日立製作所笠戸工場アスベスト被害訴訟
2019年10月9日、岐阜地方裁判所において、日立製作所笠戸工場で鉄道車両の配管の部品製作及び艤装(配管の取り付け)に従事し、鉄道車両に使用されていたアスベスト(石綿)にばく露したことにより、悪性胸膜中皮腫に罹患した元従業員男性Aさんの遺族3名(妻及び子2名)が日立製作所に対してアスベスト健康被害損害賠償訴訟を提訴しました。
2016年に労災認定されたAさんは懸命に療養していましたが、中皮腫の進行にともない病状は悪化していきました。2017年8月、会社と労災の補償について交渉することを決意したAさんはアスベストユニオンに加入しました。
ユニオンが日立製作所に団体交渉の開催を要求したところ、11月にAさんの自宅近くの自治体施設の会議室で団体交渉が開催されました。Aさんとユニオンの役員が団交会場に入室する直前、廊下で待ち構えていた日立製作所の担当者より会議室代を折半することを求められ、ユニオンは会議室代の半分を支払いました。ユニオンは多くの団交を行ってきましたがこういうことは初めてでした。
第一回団交における会社側回答は不十分でした。この団交終了後、Aさんはお亡くなりになりました。Aさんの死後、ユニオンは遺族とともに日立製作所に再度団交を要求しましたが、日立製作所側は組合員が死亡したことを理由に団交を拒否。団交の継続は困難になりました。遺族との交渉にも応じている鉄道車両製造会社もあることから、日立製作所の態度は紋切り型ですし、遺族の気持ちを踏みにじるものでした。この後、Aさんのお連れ合いとお子さん2名は日立製作所を相手取った損害賠償訴訟提訴の準備に入りました。
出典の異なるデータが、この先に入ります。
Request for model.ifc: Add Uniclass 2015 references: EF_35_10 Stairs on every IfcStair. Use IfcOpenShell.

First a look at what the model holds.

```python
import ifcopenshell

model = ifcopenshell.open("model.ifc")
print(model.schema)
print("classifications:", [c.Name for c in model.by_type("IfcClassification")])
for ifc_class in ("IfcDoor", "IfcRoof", "IfcStair", "IfcWall", "IfcWindow"):
    print(ifc_class, len(model.by_type(ifc_class)))
```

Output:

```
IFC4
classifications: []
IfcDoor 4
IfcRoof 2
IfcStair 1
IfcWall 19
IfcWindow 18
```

```python
import ifcopenshell
import ifcopenshell.api.classification

model = ifcopenshell.open("model.ifc")

system = ifcopenshell.api.classification.add_classification(model, classification="Uniclass 2015")

codes = {
    "IfcStair": ("EF_35_10", "Stairs"),
}
for ifc_class, (code, name) in codes.items():
    products = model.by_type(ifc_class)
    ifcopenshell.api.classification.add_reference(
        model, products=products, classification=system, identification=code, name=name
    )
    print(code, len(products))

model.write("model-out.ifc")
```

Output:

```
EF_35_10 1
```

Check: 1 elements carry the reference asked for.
厚労省の労災認定等事業場の公表によると、笠戸工場におけるアスベスト健康被害による労災認定は33件です。この他にも、厚労省の過去の公表から笠戸工場の協力会社の弘木工業(株)における中皮腫の労災認定が1件と山本産業(株)での中皮腫3件と肺がん1件の労災認定が確認出来、笠戸工場におけるアスベスト健康被害が深刻な状況であることが分かります。
日立製作所は自社従業員や協力会社社員のアスベスト被害について認識し、誠意ある行動を取るべきです。